Excerpt from “Leche: A Novel”

ARTICLES - Leche

Brown vs Fair – “…Alone once again in waiting shed, littered with fliers for the upcoming election like “V is for Victory, so vote for Vi.” As in Vilma Santos, known for her dramatic roles, mestiza complexion, and TV commercials endorsing Eskinol skin-care products. Vince will deny it now, but he was once a Vilmanian, meaning he was part of the multitude of hopelessly devoted diehard true-blue-’til-death-do-us-part fans who didn’t live a single day without thanking the Lord for bringing into their rich or wretched existence Vilma santos. Aka Star for All Seasons. Expect to see a horde of Vilmanians camping outside theaters days before her movie premieres. To buy or the entire issue wherever she graces the cover of a magazine. To make her records go platinum in a week. To go on pilgrimages to Manila and stand outside the gate of her home on her birthday.

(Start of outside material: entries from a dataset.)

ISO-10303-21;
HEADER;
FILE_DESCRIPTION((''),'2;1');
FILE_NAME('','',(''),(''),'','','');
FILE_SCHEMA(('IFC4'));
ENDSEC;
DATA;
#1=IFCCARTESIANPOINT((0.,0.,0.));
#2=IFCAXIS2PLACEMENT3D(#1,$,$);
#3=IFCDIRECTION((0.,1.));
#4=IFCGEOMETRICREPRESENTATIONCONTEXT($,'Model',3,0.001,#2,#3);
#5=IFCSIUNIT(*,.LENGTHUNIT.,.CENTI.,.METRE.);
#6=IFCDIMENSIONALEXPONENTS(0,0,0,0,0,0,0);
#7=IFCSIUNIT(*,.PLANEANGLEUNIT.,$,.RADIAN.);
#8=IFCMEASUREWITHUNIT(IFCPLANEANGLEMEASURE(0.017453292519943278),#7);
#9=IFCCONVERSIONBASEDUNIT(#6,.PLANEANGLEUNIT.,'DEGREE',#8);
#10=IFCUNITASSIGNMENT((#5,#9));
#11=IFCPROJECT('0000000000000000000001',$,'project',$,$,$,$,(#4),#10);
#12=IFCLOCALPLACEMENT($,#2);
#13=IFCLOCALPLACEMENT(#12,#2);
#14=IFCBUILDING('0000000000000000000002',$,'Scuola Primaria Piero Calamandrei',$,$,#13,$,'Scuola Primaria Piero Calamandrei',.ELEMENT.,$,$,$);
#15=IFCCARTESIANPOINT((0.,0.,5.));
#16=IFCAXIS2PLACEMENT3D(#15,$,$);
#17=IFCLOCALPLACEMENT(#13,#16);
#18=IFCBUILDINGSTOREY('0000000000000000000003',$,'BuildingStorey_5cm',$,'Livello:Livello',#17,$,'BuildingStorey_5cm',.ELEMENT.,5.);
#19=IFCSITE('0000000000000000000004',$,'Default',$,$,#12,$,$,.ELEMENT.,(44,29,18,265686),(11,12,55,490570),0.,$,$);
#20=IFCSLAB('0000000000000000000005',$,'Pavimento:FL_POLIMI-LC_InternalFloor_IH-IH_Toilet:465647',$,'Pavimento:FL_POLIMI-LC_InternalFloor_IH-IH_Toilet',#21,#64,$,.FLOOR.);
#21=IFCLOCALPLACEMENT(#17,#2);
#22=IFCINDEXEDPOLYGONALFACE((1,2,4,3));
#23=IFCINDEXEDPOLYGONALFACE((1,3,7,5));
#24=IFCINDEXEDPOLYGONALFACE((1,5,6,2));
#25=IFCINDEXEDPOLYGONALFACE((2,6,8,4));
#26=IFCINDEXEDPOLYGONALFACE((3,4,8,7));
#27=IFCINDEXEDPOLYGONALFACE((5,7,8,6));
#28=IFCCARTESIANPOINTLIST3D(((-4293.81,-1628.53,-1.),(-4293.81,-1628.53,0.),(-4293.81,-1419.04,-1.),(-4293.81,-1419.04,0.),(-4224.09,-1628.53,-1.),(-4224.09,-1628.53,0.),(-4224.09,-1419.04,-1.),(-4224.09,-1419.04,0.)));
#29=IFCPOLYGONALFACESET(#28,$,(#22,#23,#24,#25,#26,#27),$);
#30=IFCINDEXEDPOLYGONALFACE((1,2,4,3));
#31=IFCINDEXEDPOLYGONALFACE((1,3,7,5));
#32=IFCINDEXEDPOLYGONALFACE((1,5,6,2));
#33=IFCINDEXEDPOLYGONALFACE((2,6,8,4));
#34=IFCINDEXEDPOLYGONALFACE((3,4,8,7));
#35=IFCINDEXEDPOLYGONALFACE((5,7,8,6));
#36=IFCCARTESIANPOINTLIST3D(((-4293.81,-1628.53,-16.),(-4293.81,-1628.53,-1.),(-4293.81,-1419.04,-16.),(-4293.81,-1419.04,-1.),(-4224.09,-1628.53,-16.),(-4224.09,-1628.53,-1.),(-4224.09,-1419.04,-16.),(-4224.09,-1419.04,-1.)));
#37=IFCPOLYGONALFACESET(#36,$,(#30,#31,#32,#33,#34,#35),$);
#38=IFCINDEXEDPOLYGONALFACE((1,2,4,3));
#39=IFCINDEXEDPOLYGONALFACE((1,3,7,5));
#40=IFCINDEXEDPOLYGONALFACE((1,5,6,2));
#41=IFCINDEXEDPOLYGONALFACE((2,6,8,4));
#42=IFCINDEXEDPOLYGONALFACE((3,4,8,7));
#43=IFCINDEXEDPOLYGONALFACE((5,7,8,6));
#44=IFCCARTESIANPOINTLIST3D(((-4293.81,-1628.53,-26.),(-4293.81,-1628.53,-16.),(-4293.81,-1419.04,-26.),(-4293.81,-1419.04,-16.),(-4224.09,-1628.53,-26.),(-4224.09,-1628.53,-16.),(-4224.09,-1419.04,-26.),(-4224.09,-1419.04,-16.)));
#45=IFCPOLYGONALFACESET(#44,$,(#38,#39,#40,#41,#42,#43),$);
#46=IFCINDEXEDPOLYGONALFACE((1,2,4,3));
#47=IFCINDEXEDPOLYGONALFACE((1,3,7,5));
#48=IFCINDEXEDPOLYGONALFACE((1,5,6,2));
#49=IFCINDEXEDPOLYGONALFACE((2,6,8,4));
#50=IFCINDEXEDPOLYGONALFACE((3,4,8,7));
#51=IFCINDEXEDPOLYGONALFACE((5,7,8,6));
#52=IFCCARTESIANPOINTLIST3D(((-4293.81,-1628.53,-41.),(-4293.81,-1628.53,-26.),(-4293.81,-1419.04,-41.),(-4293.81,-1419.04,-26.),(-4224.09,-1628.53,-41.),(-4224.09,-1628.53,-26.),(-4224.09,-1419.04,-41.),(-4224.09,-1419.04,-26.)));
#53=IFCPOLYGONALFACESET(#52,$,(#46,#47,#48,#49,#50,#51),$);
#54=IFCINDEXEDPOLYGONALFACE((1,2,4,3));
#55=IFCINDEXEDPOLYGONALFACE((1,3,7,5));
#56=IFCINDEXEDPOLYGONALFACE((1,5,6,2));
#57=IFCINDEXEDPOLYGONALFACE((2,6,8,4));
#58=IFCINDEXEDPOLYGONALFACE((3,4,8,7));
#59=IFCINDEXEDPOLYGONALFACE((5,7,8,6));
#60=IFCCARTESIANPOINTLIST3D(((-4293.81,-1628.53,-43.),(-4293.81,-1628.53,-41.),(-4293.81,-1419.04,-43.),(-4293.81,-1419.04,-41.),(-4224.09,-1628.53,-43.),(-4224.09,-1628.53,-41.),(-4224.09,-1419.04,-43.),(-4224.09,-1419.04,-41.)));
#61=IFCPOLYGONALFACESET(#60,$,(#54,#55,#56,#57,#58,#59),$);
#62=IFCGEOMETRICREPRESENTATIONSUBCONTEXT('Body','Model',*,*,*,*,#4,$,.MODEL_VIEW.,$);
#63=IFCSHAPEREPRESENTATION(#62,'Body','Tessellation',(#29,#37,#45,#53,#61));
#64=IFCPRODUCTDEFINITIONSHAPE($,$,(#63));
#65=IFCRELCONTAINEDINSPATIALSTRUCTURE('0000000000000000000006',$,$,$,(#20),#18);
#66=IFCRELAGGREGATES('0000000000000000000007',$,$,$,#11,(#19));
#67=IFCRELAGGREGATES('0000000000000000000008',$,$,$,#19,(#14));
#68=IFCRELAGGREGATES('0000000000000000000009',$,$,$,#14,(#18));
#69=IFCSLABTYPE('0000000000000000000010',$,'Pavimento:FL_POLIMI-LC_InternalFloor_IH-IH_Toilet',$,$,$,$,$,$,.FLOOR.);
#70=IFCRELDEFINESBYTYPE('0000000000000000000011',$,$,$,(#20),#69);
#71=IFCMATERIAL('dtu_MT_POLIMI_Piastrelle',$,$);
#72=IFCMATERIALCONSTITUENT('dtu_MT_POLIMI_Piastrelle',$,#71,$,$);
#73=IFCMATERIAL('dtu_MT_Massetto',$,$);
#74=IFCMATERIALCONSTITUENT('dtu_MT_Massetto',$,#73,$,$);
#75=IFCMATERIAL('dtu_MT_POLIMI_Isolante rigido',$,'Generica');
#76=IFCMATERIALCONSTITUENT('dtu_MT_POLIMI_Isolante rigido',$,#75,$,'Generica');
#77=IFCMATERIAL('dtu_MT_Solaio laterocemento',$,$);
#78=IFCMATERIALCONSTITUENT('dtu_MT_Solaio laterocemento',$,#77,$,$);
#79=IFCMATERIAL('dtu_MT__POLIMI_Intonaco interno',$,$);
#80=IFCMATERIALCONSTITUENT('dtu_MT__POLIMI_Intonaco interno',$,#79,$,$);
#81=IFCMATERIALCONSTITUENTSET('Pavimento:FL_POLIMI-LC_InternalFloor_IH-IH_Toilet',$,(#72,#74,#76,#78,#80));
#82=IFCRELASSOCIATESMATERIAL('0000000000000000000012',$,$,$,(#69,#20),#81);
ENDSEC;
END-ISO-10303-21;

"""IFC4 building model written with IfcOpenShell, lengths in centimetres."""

from ifc_helpers import new_model, entity, si_unit, converted_unit, direction, frame, origin, place, context, subcontext, project, spatial, indexed_curve, outline, extrude, material, constituent, constituent_set, type_object, element, save


model = new_model("IFC4")

# Units and contexts
model_context = context("Model", 3, precision=0.001, world=origin(), true_north=direction((0.0, 1.0)))
body_context = subcontext(model_context, "Body", "Model", "MODEL_VIEW")
ifc_project = project(units=[si_unit("LENGTHUNIT", "METRE", prefix="CENTI"), converted_unit("PLANEANGLEUNIT", "DEGREE", entity("IfcPlaneAngleMeasure", 0.017453292519943278), si_unit("PLANEANGLEUNIT", "RADIAN"), dimensions=[0, 0, 0, 0, 0, 0, 0])], contexts=[model_context])

# Site, building, storey
site_placement = place(None, origin())
site = spatial("IfcSite", under=ifc_project, at=site_placement, Name="Default", CompositionType="ELEMENT", RefLatitude=(44, 29, 18, 265686), RefLongitude=(11, 12, 55, 490570), RefElevation=0.0)
building_placement = place(site_placement, origin())
building = spatial("IfcBuilding", under=site, at=building_placement, Name="Scuola Primaria Piero Calamandrei", LongName="Scuola Primaria Piero Calamandrei", CompositionType="ELEMENT")
storey_placement = place(building_placement, frame((0.0, 0.0, 5.0)))
storey = spatial("IfcBuildingStorey", under=building, at=storey_placement, Name="BuildingStorey_5cm", ObjectType="Livello:Livello", LongName="BuildingStorey_5cm", CompositionType="ELEMENT", Elevation=5.0)

# Slab
ifc_material_1 = material(Name="dtu_MT_Massetto")
ifc_material_2 = material(Name="dtu_MT_POLIMI_Isolante rigido", Category="Generica")
ifc_material_3 = material(Name="dtu_MT_Solaio laterocemento")
ifc_material_4 = material(Name="dtu_MT__POLIMI_Intonaco interno")
ifc_material_5 = material(Name="dtu_MT_POLIMI_Piastrelle")
ifc_constituent_1 = constituent(ifc_material_5, Name="dtu_MT_POLIMI_Piastrelle")
ifc_constituent_2 = constituent(ifc_material_1, Name="dtu_MT_Massetto")
ifc_constituent_3 = constituent(ifc_material_2, Name="dtu_MT_POLIMI_Isolante rigido", Category="Generica")
ifc_constituent_4 = constituent(ifc_material_3, Name="dtu_MT_Solaio laterocemento")
ifc_constituent_5 = constituent(ifc_material_4, Name="dtu_MT__POLIMI_Intonaco interno")
ifc_constituent_set_1 = constituent_set(constituents=[ifc_constituent_1, ifc_constituent_2, ifc_constituent_3, ifc_constituent_4, ifc_constituent_5], Name="Pavimento:FL_POLIMI-LC_InternalFloor_IH-IH_Toilet")
slab_type_1 = type_object("IfcSlabType", Name="Pavimento:FL_POLIMI-LC_InternalFloor_IH-IH_Toilet", PredefinedType="FLOOR", material=ifc_constituent_set_1)
slab_1_placement = place(storey_placement, origin())
element("IfcSlab", 1, at=slab_1_placement, inside=storey, type_object=slab_type_1, material=ifc_constituent_set_1, Name="Pavimento:FL_POLIMI-LC_InternalFloor_IH-IH_Toilet:465647", ObjectType="Pavimento:FL_POLIMI-LC_InternalFloor_IH-IH_Toilet", PredefinedType="FLOOR", context=body_context, shape_type="SweptSolid", body=[
    extrude(outline(indexed_curve([(-104.74, -34.86), (104.74, -34.86), (104.74, 34.86), (-104.74, 34.86), (-104.74, -34.86)], self_intersect=False)), frame((-4258.95, -1523.78, -1.0), z_axis=(0.0, 0.0, 1.0), x_axis=(0.0, 1.0, 0.0)), (0.0, 0.0, 1.0), 1.0),
    extrude(outline(indexed_curve([(-104.74, -34.86), (104.74, -34.86), (104.74, 34.86), (-104.74, 34.86), (-104.74, -34.86)], self_intersect=False)), frame((-4258.95, -1523.78, -16.0), z_axis=(0.0, 0.0, 1.0), x_axis=(0.0, 1.0, 0.0)), (0.0, 0.0, 1.0), 15.0),
    extrude(outline(indexed_curve([(-104.74, -34.86), (104.74, -34.86), (104.74, 34.86), (-104.74, 34.86), (-104.74, -34.86)], self_intersect=False)), frame((-4258.95, -1523.78, -26.0), z_axis=(0.0, 0.0, 1.0), x_axis=(0.0, 1.0, 0.0)), (0.0, 0.0, 1.0), 10.0),
    extrude(outline(indexed_curve([(-104.74, -34.86), (104.74, -34.86), (104.74, 34.86), (-104.74, 34.86), (-104.74, -34.86)], self_intersect=False)), frame((-4258.95, -1523.78, -41.0), z_axis=(0.0, 0.0, 1.0), x_axis=(0.0, 1.0, 0.0)), (0.0, 0.0, 1.0), 15.0),
    extrude(outline(indexed_curve([(-104.74, -34.86), (104.74, -34.86), (104.74, 34.86), (-104.74, 34.86), (-104.74, -34.86)], self_intersect=False)), frame((-4258.95, -1523.78, -43.0), z_axis=(0.0, 0.0, 1.0), x_axis=(0.0, 1.0, 0.0)), (0.0, 0.0, 1.0), 2.0),
])

save(model, "model.ifc")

To hold a novena when she’s up for an acting award. And to pore over their scrapbooks whenever they come down with Vilma-itis. Vince had such a scrapbook. Scribbled on its front comver, in his first-grade penmanship, was: Ate Vi & Me. In it were articles and pictures that he cut out from magazines with the precision of surgeon and pasted onto the pages. A piece of memorabilia that, because there was no room in his suitcase and box, his grandfather had asked him to leave behind, along with his collection of komiks, books, and Charlie Chaplin movie posters. He agreed, thinking he would return soon.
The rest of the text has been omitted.